> **Work item**: Search term "IFCLOCALPLACEMENT": copy each line of the records that contains it.

> **Recorded data**:
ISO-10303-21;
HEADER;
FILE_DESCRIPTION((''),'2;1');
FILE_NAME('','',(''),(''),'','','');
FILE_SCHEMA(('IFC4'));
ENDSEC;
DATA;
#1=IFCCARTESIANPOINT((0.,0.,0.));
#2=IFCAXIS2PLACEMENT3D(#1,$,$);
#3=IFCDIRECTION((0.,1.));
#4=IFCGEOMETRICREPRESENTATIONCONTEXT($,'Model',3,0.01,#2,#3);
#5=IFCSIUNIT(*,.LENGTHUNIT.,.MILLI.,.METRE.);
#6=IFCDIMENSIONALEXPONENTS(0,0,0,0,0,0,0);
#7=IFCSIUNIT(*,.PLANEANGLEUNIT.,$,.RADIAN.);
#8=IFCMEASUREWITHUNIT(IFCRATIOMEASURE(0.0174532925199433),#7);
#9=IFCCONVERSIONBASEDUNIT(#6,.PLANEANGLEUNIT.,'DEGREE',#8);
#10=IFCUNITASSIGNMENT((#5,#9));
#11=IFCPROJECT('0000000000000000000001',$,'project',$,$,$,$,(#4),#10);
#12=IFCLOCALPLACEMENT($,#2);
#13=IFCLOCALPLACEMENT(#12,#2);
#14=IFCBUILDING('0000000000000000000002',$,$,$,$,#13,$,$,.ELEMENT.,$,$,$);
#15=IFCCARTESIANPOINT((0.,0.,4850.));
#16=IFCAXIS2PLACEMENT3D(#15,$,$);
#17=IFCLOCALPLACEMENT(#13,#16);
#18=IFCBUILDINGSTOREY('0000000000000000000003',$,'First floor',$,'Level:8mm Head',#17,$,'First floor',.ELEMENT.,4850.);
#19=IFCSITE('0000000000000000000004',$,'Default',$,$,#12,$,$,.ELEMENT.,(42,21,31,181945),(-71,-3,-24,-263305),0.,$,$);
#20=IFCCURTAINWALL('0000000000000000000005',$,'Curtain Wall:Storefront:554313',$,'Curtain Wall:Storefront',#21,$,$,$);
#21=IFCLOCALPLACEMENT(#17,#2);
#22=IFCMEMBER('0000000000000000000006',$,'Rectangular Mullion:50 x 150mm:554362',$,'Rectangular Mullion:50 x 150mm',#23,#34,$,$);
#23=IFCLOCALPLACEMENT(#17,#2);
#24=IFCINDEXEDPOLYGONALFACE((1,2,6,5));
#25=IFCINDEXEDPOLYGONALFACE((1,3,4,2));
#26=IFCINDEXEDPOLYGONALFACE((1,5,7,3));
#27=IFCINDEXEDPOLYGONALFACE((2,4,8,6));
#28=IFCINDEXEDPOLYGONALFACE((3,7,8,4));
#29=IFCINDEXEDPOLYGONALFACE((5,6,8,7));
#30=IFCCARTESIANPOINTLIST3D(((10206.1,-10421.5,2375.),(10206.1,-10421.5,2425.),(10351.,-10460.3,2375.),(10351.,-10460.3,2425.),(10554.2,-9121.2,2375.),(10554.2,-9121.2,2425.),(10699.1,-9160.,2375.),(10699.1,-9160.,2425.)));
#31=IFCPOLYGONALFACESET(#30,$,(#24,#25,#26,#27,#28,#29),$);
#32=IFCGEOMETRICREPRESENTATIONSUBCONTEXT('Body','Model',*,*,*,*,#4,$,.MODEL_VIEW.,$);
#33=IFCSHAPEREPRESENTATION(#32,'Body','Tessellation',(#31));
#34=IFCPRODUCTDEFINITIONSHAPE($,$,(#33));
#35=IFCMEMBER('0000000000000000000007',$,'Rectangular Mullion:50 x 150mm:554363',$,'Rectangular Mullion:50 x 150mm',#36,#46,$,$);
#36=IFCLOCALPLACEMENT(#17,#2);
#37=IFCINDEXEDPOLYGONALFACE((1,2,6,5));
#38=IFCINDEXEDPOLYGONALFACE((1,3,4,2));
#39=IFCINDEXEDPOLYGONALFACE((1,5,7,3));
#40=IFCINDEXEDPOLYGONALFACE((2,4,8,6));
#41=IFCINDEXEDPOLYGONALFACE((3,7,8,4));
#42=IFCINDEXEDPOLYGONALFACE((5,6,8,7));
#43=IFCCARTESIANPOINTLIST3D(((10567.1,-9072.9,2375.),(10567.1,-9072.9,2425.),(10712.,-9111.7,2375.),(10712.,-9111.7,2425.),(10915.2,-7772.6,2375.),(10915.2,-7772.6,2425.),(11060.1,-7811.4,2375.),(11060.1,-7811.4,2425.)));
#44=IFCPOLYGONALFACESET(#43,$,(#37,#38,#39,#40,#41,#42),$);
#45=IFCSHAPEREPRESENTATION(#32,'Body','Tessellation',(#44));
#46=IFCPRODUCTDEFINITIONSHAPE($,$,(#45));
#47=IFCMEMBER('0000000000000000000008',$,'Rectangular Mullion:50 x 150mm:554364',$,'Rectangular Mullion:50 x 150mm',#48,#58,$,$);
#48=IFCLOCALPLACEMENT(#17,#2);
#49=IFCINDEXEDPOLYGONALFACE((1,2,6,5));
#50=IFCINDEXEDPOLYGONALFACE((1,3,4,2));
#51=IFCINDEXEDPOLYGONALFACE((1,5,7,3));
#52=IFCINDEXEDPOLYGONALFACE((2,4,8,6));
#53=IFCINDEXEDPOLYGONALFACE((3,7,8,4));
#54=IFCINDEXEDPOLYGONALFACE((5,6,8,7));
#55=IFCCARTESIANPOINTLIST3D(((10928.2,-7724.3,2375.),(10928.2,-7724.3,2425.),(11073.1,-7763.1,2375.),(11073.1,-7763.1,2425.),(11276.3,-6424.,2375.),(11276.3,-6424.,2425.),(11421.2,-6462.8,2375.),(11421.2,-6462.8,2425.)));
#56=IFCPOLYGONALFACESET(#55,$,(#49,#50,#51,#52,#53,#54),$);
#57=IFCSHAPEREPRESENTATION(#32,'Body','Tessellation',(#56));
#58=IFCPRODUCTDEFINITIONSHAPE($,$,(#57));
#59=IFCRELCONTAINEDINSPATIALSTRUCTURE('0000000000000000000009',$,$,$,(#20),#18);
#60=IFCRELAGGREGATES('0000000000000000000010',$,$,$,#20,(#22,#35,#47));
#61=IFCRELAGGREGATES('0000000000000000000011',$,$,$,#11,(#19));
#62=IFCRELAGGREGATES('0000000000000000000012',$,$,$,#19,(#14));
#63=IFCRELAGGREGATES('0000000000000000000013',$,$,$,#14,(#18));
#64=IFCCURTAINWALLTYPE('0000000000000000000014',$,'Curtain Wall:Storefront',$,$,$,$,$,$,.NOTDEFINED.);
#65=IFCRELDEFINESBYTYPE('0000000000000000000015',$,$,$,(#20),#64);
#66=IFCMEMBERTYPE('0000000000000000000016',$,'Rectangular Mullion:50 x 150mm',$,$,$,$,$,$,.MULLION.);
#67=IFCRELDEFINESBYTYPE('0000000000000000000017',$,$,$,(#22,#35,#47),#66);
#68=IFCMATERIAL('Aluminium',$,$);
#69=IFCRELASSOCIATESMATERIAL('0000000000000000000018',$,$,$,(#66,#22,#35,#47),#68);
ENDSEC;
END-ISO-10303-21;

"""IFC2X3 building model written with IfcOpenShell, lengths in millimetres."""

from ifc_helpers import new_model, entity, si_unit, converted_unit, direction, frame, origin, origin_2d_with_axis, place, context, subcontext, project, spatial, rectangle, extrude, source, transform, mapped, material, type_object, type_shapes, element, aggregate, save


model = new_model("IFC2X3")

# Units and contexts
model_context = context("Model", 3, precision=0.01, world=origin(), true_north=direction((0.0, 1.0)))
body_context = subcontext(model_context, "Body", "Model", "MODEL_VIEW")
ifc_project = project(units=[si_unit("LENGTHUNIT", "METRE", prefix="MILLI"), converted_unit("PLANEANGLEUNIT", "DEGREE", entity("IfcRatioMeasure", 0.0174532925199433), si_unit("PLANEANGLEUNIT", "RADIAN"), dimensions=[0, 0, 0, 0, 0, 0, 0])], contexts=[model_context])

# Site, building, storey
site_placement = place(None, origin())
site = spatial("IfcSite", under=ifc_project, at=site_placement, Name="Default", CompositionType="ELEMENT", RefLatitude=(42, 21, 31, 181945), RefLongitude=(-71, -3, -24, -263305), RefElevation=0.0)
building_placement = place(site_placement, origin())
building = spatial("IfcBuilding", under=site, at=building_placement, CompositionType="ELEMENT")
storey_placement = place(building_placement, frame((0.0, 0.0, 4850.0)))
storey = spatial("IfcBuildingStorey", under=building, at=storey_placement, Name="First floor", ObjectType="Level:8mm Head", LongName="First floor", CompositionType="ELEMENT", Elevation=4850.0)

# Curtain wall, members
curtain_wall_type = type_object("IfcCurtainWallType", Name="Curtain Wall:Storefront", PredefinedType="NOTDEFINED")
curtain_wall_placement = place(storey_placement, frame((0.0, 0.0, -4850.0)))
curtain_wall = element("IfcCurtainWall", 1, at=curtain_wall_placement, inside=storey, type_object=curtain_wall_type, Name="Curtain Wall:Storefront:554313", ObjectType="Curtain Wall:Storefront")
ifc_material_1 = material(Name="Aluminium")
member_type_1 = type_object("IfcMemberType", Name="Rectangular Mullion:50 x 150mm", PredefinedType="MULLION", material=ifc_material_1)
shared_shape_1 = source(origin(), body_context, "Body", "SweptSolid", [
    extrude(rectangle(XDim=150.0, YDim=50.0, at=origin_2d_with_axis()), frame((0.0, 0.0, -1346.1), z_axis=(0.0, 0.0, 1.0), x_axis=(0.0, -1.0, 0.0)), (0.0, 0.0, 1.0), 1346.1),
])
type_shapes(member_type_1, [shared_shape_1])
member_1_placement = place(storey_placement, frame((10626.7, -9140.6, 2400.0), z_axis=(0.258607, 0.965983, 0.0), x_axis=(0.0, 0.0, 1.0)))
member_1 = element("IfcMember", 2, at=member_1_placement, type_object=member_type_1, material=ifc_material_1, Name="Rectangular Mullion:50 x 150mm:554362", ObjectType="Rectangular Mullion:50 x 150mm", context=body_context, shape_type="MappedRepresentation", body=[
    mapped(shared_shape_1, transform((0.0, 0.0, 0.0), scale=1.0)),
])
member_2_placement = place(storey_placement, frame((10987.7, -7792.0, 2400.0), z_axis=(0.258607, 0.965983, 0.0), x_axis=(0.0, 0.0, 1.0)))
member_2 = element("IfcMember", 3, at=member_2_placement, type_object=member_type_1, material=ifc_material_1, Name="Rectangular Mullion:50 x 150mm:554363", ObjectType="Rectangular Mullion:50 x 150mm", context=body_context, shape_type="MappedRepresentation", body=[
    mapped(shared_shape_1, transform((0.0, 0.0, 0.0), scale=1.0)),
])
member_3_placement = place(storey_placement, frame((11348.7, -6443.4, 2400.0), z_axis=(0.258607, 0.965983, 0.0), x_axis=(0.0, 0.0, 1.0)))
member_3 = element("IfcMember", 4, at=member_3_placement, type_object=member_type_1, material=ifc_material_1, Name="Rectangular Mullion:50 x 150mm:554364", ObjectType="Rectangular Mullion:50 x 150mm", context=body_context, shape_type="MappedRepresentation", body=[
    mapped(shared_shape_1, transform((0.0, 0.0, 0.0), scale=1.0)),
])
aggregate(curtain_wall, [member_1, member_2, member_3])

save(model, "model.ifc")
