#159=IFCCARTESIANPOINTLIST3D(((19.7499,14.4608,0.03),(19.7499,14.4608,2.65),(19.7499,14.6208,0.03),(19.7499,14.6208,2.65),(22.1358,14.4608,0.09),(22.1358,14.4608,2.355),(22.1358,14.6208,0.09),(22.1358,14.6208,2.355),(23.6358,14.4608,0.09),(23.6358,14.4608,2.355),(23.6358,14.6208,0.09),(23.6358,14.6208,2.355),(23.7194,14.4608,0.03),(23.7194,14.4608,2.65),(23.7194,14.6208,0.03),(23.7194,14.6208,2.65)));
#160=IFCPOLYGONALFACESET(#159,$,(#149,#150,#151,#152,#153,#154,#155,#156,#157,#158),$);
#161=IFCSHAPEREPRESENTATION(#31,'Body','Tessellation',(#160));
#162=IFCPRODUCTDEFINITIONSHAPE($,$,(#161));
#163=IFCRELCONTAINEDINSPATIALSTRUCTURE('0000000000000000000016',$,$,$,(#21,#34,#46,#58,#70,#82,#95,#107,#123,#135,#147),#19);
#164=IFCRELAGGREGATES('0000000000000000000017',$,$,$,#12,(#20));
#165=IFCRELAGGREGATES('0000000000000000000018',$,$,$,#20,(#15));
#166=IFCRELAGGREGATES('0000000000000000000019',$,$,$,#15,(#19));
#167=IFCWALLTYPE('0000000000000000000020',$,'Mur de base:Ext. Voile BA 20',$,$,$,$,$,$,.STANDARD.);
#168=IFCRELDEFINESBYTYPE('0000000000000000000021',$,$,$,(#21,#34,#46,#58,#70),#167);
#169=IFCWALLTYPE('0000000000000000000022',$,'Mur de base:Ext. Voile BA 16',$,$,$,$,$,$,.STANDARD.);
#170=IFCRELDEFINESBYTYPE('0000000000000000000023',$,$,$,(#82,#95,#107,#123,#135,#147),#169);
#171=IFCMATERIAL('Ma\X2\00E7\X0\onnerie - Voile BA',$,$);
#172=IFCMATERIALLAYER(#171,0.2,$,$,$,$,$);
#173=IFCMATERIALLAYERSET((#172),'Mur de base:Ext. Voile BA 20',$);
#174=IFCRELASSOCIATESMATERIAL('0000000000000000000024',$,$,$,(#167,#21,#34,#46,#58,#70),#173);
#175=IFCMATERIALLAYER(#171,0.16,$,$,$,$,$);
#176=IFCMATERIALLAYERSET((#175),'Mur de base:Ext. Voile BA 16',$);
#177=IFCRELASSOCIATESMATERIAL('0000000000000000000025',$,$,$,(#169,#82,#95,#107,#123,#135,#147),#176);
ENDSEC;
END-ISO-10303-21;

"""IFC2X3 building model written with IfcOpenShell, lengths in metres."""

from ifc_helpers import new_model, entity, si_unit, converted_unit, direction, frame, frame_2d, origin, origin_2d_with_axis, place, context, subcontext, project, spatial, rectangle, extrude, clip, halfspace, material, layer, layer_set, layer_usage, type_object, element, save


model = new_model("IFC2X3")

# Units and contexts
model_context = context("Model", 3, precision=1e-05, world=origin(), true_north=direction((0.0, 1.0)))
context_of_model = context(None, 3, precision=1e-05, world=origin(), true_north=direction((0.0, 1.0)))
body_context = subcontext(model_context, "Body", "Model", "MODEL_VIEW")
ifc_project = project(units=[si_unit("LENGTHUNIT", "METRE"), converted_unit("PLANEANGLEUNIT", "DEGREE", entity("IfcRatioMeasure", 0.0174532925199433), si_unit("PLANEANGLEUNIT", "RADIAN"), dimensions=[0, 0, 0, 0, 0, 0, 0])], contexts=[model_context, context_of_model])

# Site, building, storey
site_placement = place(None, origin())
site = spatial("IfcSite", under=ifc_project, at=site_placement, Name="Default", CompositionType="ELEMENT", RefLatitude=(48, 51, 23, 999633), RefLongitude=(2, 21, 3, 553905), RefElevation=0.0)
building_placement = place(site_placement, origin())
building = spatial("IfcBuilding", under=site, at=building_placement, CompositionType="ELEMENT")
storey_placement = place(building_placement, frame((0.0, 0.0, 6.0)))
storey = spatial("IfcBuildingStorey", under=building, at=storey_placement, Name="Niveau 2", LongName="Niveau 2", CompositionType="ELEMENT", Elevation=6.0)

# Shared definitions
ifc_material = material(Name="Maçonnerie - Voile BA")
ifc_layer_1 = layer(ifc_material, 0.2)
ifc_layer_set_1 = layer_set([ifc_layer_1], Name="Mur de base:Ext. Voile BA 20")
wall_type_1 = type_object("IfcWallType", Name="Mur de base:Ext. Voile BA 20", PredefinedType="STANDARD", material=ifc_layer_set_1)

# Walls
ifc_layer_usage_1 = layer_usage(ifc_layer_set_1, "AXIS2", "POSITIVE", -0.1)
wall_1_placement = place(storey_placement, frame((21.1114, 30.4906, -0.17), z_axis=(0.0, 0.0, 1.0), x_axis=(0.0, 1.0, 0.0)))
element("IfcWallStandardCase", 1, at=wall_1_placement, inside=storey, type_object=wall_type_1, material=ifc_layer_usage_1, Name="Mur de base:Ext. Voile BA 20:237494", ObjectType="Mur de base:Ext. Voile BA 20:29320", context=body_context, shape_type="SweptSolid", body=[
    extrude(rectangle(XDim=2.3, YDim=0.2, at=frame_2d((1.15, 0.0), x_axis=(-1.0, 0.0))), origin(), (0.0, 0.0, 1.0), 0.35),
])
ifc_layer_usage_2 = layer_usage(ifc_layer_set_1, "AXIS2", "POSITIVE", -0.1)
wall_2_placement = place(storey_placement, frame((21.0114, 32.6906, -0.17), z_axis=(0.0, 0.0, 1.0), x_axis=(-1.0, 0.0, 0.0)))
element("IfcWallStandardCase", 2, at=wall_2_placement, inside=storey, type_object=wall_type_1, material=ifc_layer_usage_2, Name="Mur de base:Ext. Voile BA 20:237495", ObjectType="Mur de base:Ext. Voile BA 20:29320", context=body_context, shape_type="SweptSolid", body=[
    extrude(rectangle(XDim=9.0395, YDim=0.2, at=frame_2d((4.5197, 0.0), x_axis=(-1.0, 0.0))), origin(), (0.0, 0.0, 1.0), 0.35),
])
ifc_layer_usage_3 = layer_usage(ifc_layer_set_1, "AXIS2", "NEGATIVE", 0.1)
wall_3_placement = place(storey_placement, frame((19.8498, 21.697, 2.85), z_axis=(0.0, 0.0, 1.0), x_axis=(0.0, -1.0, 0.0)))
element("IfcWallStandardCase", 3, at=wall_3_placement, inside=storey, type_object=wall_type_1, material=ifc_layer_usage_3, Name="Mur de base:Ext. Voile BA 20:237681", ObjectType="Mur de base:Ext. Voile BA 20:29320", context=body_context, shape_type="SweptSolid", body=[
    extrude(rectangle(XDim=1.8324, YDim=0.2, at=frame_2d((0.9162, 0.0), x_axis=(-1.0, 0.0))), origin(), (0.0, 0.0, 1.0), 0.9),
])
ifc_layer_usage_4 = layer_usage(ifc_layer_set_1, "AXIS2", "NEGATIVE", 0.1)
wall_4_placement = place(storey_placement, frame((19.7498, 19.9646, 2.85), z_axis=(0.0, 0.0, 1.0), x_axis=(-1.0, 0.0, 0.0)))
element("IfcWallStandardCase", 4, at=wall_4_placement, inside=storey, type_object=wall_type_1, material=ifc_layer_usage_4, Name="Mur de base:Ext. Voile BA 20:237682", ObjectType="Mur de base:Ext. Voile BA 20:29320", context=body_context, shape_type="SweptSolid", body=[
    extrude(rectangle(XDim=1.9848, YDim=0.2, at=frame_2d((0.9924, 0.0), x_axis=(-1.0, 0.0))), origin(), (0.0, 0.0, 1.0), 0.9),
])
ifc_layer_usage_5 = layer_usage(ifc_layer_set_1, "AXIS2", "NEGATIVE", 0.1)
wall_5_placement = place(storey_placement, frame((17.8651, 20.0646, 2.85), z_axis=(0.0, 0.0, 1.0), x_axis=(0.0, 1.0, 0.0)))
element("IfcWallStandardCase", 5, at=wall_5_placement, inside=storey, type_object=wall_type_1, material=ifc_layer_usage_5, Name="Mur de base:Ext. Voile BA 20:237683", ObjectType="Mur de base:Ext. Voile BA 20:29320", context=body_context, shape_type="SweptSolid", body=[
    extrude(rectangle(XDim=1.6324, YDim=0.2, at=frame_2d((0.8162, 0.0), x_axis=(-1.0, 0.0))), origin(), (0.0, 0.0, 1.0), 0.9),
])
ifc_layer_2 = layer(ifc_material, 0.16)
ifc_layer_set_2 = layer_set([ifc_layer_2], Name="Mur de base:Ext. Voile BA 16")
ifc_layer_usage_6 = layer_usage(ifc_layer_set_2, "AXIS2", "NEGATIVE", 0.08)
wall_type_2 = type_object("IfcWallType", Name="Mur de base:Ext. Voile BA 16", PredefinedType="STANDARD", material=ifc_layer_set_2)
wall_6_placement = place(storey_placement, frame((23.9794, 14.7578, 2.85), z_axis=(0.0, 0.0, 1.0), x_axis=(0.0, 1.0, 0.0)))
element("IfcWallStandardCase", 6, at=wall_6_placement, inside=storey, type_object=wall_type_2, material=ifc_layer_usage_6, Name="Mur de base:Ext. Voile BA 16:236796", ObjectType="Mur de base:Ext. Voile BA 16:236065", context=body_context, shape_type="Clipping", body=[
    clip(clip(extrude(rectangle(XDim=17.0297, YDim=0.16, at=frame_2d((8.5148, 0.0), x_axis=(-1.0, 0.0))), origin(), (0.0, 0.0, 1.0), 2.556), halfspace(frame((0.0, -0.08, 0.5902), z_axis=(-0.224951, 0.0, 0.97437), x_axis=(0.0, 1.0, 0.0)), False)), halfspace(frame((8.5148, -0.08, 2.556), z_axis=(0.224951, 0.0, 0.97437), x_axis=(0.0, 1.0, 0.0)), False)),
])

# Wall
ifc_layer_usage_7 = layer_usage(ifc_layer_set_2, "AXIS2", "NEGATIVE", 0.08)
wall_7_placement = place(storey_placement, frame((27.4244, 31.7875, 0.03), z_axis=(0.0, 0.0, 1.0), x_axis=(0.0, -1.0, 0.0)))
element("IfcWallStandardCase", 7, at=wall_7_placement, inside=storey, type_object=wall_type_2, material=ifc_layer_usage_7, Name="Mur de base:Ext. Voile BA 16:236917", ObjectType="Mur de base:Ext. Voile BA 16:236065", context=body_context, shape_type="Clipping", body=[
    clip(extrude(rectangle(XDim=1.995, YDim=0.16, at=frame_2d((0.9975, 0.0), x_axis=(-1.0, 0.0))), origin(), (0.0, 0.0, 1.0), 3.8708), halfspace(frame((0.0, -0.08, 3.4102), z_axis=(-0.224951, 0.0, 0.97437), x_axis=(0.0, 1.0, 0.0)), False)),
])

> **Written response**:
#12=IFCLOCALPLACEMENT($,#2);
#13=IFCLOCALPLACEMENT(#12,#2);
#17=IFCLOCALPLACEMENT(#13,#16);
#21=IFCLOCALPLACEMENT(#17,#2);
#23=IFCLOCALPLACEMENT(#17,#2);
#36=IFCLOCALPLACEMENT(#17,#2);
#48=IFCLOCALPLACEMENT(#17,#2);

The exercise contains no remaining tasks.